(Dataset records):
+++++

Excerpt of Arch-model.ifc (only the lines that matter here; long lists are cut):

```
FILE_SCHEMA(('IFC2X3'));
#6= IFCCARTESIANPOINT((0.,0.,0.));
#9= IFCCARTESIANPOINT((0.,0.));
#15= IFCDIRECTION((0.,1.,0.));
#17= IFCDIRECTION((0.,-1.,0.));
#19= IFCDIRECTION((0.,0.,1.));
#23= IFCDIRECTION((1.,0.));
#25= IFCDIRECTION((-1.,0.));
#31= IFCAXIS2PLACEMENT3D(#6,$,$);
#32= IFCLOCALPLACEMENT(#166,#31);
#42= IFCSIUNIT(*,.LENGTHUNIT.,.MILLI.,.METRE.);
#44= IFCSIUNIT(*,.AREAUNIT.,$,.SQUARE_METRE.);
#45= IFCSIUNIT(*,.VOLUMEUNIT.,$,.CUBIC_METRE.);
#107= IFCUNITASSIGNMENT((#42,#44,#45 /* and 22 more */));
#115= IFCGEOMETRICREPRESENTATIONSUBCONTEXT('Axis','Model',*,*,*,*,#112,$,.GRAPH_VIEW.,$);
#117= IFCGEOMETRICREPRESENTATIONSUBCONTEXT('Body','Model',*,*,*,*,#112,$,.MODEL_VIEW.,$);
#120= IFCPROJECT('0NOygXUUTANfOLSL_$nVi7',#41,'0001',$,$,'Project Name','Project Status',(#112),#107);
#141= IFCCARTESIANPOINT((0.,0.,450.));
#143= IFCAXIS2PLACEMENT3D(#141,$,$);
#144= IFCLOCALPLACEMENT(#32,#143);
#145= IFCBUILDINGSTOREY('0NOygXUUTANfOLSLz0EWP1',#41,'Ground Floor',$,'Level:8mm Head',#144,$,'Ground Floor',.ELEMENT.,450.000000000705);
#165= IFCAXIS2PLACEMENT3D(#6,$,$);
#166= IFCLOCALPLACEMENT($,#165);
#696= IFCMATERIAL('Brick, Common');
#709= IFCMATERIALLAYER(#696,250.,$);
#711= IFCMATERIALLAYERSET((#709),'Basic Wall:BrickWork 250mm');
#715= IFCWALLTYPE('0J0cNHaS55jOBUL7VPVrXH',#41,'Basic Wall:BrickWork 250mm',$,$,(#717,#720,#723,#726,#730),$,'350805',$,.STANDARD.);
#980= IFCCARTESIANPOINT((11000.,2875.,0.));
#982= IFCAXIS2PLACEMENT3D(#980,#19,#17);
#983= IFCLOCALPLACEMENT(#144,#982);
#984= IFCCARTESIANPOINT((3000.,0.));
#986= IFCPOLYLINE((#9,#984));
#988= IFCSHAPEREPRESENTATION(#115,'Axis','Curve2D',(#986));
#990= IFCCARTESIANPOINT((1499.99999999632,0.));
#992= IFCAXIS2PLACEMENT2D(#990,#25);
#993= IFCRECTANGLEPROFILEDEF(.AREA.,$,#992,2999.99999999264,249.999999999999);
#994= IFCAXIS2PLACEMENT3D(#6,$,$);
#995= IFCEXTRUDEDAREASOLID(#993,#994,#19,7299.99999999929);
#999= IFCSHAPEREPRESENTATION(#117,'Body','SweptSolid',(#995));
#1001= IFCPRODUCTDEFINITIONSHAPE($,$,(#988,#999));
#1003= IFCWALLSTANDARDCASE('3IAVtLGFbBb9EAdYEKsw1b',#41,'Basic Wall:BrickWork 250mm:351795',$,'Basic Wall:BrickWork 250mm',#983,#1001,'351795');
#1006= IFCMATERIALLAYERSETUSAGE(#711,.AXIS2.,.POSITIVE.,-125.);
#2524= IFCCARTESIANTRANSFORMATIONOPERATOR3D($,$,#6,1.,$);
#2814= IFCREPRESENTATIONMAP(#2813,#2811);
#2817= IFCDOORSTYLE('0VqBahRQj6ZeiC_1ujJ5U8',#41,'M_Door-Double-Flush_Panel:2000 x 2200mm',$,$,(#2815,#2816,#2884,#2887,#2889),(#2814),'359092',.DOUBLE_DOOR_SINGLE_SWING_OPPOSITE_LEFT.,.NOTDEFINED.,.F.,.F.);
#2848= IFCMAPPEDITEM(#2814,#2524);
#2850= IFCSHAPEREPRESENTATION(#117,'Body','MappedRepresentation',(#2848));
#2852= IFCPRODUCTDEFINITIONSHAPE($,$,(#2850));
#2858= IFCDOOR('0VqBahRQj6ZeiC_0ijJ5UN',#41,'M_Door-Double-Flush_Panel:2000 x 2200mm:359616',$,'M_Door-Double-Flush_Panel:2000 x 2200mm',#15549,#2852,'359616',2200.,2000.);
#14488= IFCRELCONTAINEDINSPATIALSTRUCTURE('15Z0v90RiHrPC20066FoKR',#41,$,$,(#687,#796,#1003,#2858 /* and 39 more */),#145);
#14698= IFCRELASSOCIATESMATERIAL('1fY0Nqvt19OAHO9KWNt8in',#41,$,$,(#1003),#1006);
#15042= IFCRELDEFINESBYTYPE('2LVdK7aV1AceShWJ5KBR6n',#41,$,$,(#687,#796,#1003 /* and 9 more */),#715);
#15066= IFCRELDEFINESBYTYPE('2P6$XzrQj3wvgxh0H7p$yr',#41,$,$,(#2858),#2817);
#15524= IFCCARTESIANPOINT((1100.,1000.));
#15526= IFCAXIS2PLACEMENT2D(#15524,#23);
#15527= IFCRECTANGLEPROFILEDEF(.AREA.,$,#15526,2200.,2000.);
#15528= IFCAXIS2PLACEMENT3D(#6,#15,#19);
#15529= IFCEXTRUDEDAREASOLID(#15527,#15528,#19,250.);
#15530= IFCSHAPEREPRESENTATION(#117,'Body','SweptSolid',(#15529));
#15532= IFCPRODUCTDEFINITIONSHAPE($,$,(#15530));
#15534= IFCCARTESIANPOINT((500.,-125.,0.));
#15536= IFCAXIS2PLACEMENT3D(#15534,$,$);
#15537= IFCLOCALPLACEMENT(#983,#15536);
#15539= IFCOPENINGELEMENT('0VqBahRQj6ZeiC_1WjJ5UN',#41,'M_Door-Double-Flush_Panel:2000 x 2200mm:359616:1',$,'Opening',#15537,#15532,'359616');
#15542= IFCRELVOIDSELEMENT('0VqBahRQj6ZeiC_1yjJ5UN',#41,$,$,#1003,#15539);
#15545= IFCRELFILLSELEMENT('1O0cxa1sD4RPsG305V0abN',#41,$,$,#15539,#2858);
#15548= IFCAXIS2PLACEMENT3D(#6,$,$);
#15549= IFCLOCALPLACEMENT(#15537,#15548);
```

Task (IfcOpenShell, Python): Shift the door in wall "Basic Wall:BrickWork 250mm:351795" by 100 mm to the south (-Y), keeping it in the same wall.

```python
import ifcopenshell
import ifcopenshell.api.geometry
import ifcopenshell.util.placement
import ifcopenshell.util.unit

model = ifcopenshell.open("Arch-model.ifc")
unit_scale = ifcopenshell.util.unit.calculate_unit_scale(model)

door = model.by_guid("0VqBahRQj6ZeiC_0ijJ5UN")
opening = door.FillsVoids[0].RelatingOpeningElement
wall = opening.VoidsElements[0].RelatingBuildingElement

wall_matrix = ifcopenshell.util.placement.get_local_placement(wall.ObjectPlacement)
shift = wall_matrix[:3, 0] * 0.1 / unit_scale
before = ifcopenshell.util.placement.get_local_placement(door.ObjectPlacement)[:3, 3].copy()

# The door is placed relative to its opening, so it follows when the opening moves.
matrix = ifcopenshell.util.placement.get_local_placement(opening.ObjectPlacement)
matrix[:3, 3] += shift
ifcopenshell.api.geometry.edit_object_placement(
    model, product=opening, matrix=matrix, is_si=False, should_transform_children=True
)

after = ifcopenshell.util.placement.get_local_placement(door.ObjectPlacement)[:3, 3]
print("door moved by", (after - before).round(3) + 0.0)

model.write("Arch-model_rev.ifc")
```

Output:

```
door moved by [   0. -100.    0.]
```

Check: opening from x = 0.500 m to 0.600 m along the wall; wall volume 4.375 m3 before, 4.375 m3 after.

+++++

(Problem to work on): Each line of the listing above that includes the word "IFCLOCALPLACEMENT" should be copied.

(Task response):
#32= IFCLOCALPLACEMENT(#166,#31);
#144= IFCLOCALPLACEMENT(#32,#143);
#166= IFCLOCALPLACEMENT($,#165);
#983= IFCLOCALPLACEMENT(#144,#982);
#15537= IFCLOCALPLACEMENT(#983,#15536);
#15549= IFCLOCALPLACEMENT(#15537,#15548);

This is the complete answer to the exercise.